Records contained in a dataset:
····················

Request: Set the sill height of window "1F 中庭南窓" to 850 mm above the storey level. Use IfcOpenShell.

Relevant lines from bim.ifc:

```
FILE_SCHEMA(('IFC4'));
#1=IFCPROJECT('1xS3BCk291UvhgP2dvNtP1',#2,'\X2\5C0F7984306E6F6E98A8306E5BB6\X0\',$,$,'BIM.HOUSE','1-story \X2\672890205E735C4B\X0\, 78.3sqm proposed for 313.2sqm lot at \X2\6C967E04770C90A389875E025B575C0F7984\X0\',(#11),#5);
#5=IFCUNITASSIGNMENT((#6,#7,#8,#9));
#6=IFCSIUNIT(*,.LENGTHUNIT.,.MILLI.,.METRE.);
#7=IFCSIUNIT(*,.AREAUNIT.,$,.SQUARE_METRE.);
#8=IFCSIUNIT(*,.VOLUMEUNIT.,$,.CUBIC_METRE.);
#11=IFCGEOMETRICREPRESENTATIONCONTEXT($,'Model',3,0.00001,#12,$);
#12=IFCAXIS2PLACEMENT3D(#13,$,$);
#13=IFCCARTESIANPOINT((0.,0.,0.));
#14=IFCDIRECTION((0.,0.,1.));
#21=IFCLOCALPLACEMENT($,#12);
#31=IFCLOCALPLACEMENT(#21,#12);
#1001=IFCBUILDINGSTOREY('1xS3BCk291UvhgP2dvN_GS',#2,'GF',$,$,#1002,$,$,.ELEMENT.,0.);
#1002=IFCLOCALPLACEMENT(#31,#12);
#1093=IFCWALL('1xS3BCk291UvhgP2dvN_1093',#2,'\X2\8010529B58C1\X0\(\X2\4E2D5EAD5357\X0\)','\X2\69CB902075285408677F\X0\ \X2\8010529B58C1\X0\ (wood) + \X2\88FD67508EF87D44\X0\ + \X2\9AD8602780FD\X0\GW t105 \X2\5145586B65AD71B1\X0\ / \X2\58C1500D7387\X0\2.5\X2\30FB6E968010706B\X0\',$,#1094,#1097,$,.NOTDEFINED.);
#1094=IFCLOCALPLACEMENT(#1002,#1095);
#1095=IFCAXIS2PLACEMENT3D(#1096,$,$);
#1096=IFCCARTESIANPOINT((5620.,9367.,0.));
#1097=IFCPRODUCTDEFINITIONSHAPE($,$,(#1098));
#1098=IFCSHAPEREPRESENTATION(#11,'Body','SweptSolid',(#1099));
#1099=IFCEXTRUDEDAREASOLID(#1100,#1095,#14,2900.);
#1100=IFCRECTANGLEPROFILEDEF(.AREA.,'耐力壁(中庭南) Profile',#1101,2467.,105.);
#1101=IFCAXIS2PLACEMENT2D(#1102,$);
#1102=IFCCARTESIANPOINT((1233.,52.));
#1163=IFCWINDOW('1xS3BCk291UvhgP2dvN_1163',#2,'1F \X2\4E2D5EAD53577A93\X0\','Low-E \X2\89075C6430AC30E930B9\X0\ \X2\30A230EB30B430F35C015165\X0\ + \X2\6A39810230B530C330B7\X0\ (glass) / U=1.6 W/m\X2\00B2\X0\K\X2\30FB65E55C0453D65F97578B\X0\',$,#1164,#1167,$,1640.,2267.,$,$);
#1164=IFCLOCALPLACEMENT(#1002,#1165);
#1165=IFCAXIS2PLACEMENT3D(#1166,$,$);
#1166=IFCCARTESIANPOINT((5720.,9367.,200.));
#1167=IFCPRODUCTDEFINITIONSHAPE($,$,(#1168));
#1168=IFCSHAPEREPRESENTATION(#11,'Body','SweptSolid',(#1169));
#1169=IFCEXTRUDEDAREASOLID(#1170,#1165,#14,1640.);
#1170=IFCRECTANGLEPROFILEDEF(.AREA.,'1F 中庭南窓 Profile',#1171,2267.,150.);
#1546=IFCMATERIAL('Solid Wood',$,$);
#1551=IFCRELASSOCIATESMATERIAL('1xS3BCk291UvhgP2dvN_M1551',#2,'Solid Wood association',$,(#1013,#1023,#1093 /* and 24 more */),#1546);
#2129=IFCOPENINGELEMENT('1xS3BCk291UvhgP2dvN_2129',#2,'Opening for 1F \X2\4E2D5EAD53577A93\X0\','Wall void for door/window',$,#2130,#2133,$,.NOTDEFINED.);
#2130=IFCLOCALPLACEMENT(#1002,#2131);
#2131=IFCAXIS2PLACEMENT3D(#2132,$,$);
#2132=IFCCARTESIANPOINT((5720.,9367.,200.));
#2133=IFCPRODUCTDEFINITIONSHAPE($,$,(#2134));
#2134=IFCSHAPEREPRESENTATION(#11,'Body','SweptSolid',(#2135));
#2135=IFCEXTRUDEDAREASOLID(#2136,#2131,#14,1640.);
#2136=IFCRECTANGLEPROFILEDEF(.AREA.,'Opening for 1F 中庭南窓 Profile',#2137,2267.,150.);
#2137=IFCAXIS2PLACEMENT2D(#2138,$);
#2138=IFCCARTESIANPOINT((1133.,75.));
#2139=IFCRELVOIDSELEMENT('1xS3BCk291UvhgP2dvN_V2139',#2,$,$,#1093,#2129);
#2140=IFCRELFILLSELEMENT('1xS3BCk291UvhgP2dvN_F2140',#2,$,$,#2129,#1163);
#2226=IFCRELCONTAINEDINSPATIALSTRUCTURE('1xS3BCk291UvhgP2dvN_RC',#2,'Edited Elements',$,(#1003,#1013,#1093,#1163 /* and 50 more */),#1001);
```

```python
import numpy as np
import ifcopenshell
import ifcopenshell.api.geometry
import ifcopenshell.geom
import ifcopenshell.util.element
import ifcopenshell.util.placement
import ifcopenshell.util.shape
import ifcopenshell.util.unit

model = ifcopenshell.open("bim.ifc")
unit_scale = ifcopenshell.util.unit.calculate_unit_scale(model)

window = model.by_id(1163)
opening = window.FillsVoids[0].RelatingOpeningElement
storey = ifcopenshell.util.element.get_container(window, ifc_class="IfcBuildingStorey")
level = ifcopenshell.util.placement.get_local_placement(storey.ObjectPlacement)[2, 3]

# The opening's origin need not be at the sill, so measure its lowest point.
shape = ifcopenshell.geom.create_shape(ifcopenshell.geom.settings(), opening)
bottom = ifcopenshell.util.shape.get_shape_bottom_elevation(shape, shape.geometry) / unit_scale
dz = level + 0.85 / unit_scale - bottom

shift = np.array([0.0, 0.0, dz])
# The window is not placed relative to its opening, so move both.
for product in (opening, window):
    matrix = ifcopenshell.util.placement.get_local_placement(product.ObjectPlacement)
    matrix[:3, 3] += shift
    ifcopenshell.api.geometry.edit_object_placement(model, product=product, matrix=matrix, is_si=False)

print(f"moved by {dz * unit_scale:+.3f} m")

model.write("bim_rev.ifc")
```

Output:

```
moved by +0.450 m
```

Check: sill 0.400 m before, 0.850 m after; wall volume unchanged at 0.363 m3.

····················

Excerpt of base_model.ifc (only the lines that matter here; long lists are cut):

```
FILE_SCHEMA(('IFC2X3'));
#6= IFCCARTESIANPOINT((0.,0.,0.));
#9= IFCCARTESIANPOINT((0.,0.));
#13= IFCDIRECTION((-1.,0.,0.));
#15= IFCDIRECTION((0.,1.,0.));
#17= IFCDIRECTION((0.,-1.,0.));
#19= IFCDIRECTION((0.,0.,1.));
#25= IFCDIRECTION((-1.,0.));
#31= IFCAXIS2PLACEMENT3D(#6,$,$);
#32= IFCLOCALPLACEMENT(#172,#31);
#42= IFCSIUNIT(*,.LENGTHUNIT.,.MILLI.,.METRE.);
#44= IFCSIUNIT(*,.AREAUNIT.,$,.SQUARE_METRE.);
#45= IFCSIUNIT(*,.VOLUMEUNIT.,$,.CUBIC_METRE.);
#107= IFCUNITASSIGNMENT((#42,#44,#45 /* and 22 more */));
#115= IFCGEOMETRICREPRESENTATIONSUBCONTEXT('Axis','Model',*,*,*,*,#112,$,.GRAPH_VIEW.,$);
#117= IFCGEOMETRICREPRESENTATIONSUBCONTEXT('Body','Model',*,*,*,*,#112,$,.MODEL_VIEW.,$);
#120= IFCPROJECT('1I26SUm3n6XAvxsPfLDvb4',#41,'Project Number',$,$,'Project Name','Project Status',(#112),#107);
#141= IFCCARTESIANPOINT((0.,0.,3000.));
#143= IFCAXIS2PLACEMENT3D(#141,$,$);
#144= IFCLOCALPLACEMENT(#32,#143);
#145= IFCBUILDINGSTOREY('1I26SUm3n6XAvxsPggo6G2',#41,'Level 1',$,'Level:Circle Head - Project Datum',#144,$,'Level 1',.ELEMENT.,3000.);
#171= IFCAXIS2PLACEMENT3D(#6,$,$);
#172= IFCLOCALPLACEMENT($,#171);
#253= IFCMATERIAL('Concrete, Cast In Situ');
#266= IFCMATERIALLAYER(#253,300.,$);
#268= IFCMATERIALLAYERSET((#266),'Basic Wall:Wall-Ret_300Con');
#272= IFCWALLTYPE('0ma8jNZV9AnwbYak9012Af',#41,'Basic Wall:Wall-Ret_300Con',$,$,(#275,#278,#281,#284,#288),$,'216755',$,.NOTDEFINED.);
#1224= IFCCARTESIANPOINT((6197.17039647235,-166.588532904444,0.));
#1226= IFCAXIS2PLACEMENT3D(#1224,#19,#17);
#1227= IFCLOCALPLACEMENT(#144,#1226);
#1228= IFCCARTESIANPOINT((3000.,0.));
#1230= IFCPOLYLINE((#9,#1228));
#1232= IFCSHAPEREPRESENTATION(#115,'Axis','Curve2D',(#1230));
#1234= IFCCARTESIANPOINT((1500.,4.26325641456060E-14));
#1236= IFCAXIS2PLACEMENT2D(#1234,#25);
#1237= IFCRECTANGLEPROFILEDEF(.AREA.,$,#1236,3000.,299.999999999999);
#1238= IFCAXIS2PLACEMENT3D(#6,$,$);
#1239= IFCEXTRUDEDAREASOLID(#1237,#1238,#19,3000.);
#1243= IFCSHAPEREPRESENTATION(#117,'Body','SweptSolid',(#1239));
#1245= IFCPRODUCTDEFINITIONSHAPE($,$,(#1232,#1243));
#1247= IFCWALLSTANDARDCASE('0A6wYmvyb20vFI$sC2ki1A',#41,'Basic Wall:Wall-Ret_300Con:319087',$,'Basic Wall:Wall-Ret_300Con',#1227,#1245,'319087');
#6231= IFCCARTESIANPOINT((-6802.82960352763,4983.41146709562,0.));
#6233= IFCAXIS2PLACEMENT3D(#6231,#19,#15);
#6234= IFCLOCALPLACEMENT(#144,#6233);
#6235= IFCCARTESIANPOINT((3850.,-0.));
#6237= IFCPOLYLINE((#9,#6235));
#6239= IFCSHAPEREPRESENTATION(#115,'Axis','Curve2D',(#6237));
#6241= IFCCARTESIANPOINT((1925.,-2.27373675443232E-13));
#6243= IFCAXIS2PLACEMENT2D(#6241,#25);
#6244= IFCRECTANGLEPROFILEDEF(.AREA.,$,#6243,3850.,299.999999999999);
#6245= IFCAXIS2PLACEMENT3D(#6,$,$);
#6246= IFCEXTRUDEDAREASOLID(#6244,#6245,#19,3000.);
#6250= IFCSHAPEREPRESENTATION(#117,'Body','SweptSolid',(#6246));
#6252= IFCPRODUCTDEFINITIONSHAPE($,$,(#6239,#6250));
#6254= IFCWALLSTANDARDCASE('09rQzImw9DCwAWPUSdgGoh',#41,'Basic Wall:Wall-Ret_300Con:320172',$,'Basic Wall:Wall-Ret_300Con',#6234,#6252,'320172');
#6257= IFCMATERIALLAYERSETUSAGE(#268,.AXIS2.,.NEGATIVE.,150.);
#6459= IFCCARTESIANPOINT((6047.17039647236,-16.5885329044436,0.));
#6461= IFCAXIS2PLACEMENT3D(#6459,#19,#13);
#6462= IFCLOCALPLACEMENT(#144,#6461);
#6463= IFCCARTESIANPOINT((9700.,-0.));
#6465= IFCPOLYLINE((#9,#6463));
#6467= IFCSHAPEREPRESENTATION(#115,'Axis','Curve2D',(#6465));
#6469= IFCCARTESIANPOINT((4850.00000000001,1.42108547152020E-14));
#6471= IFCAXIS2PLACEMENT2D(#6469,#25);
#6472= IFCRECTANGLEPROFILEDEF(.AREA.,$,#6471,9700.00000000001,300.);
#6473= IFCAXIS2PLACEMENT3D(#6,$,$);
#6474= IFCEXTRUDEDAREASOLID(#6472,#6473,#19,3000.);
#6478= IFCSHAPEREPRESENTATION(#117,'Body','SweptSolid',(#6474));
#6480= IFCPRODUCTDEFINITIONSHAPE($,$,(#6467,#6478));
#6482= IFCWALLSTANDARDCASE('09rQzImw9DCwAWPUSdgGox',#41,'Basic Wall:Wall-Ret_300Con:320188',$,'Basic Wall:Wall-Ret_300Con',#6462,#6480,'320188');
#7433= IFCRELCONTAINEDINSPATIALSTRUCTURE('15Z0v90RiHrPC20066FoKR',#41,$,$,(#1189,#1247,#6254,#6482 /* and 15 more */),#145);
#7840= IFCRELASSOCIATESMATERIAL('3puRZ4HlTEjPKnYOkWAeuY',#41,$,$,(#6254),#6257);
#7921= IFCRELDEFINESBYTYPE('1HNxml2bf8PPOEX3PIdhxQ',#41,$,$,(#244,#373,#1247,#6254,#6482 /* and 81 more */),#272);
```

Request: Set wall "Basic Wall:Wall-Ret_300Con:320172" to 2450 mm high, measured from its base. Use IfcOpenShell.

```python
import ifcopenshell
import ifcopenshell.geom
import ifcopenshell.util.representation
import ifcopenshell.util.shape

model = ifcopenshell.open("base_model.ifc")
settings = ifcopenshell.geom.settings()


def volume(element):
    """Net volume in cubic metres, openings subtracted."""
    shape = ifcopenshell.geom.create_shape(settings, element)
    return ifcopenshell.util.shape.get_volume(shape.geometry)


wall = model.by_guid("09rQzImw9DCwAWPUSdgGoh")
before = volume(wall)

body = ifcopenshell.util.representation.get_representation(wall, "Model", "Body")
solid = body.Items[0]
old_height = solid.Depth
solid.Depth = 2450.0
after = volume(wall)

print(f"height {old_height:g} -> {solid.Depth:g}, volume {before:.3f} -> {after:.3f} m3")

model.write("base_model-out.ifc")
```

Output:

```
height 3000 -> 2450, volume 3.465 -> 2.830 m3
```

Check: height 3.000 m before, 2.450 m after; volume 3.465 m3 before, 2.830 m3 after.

····················

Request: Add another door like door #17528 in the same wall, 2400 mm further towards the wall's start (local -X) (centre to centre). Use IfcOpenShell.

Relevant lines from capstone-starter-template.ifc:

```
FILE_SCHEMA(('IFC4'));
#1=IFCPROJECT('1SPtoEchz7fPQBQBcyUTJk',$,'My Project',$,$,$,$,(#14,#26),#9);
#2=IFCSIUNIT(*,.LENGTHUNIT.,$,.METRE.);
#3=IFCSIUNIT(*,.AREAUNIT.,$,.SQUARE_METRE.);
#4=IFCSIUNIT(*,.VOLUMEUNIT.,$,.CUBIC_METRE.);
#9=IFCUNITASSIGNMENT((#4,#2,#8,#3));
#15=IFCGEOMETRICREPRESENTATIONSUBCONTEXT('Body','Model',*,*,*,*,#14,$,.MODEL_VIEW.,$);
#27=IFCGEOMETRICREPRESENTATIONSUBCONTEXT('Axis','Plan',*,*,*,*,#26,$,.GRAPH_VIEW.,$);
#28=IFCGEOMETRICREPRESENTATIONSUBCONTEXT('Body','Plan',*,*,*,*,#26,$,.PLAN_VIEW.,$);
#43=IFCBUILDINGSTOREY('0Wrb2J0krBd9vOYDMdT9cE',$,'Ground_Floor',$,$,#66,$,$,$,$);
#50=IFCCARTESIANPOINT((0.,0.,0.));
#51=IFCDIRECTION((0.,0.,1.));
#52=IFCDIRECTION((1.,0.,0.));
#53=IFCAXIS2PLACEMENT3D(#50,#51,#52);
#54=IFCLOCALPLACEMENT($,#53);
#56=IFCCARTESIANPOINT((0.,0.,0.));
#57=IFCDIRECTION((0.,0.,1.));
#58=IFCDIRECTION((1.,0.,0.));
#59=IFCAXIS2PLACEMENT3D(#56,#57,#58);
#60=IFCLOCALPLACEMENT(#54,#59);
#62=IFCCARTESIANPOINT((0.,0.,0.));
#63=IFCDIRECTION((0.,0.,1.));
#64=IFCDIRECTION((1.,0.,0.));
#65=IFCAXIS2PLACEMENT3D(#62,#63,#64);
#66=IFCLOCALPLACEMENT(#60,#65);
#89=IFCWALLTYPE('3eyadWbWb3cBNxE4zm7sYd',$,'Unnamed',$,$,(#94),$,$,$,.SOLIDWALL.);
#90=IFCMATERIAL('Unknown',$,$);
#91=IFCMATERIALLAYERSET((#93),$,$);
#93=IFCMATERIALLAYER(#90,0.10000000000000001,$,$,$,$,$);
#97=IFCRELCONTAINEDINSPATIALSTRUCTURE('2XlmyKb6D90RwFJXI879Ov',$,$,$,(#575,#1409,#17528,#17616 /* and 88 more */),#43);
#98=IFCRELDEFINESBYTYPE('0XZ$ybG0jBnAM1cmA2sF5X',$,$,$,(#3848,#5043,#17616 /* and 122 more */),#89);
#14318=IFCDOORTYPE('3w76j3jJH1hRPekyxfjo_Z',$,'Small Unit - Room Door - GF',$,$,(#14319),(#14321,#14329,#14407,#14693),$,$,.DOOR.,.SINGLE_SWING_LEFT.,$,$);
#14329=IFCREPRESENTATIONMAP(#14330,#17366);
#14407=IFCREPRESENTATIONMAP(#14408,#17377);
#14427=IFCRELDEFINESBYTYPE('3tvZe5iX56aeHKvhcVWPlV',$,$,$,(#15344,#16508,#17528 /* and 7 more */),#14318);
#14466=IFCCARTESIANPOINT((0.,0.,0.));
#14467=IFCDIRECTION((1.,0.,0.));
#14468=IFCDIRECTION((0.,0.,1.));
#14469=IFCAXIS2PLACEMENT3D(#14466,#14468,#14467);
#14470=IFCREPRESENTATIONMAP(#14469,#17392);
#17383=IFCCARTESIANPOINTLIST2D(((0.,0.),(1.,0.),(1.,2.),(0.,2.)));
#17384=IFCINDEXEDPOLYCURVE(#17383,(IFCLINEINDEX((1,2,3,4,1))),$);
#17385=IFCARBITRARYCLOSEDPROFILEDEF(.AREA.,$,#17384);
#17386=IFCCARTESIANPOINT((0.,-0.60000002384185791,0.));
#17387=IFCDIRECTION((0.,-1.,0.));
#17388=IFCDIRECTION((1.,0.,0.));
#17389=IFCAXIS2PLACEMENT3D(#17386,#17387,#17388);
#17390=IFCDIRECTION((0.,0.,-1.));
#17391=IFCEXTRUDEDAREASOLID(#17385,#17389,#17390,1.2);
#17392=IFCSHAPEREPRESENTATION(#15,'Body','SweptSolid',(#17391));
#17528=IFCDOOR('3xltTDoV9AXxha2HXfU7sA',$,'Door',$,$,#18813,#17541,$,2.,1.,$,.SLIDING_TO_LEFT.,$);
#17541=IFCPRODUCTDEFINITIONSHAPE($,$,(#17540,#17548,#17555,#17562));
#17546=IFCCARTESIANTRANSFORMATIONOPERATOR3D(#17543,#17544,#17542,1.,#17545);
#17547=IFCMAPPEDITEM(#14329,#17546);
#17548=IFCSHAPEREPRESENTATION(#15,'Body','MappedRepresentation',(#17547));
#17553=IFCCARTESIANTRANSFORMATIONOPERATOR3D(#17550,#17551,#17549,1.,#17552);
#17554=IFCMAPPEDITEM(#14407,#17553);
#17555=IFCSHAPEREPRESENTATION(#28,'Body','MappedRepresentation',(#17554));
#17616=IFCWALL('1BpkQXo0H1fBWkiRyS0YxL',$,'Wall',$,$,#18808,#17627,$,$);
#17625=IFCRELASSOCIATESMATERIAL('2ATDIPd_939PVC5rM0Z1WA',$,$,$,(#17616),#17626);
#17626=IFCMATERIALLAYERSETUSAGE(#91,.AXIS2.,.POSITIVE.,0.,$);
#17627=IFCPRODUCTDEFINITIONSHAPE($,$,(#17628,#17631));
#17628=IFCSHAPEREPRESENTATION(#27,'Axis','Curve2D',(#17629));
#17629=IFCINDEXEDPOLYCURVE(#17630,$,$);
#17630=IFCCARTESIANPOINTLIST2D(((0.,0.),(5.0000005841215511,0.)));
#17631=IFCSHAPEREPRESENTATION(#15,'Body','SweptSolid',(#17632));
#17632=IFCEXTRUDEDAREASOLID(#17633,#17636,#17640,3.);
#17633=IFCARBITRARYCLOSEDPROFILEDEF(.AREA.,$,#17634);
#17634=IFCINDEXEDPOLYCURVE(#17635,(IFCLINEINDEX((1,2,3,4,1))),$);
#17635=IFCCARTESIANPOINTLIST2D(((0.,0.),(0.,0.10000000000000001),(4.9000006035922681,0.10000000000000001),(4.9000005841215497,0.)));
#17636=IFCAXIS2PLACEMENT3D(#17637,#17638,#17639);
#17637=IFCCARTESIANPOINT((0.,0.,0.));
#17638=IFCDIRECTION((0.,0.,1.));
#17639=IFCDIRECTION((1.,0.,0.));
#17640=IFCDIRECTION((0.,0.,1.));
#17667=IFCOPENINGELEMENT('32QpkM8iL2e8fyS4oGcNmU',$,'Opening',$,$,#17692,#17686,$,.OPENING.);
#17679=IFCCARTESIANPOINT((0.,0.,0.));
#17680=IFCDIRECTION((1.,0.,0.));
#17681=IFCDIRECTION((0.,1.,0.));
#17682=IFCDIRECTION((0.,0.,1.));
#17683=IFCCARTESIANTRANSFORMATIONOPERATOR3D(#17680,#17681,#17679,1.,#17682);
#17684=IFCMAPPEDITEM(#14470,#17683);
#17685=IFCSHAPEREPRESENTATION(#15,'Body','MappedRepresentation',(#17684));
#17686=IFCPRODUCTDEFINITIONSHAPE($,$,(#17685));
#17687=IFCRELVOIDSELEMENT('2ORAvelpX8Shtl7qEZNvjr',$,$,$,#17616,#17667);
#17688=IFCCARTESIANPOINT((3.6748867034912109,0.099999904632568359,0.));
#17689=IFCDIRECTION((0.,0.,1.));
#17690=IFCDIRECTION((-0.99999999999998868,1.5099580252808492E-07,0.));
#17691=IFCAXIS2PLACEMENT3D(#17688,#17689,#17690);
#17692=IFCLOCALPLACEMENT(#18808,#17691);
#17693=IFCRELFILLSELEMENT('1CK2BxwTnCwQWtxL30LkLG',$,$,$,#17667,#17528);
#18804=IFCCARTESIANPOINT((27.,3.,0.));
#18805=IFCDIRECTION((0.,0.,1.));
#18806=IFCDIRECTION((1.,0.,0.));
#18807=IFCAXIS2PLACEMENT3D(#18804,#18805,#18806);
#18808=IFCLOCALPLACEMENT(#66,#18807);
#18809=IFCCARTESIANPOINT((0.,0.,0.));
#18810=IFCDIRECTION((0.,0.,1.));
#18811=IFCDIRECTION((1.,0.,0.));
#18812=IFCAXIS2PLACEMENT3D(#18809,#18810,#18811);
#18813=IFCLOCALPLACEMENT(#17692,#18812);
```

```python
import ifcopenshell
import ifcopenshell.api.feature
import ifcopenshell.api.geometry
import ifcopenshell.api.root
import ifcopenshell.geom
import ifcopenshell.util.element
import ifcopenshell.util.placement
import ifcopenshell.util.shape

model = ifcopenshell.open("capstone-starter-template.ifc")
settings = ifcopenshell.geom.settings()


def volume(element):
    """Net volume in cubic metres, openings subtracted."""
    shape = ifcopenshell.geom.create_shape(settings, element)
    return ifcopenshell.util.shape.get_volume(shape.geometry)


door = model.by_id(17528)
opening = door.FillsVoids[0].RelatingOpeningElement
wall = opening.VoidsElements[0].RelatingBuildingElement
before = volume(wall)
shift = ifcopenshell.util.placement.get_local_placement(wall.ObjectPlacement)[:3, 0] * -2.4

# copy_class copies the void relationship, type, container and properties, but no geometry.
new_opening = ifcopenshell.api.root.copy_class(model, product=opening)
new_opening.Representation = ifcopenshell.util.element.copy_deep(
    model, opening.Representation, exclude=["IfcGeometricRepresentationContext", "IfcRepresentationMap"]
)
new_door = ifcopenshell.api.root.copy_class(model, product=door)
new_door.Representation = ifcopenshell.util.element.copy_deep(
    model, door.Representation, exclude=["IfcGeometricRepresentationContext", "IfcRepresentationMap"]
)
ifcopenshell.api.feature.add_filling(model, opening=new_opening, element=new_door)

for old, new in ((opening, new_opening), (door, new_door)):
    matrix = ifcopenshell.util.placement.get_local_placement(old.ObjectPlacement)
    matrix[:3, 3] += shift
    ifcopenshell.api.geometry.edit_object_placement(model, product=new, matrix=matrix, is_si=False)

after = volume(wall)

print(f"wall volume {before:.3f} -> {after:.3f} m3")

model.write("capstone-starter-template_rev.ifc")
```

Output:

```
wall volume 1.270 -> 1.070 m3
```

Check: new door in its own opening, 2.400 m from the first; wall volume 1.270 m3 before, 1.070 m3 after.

····················

Return every line of the data above in which "LENGTHUNIT" appears.

#6=IFCSIUNIT(*,.LENGTHUNIT.,.MILLI.,.METRE.);
#42= IFCSIUNIT(*,.LENGTHUNIT.,.MILLI.,.METRE.);
#2=IFCSIUNIT(*,.LENGTHUNIT.,$,.METRE.);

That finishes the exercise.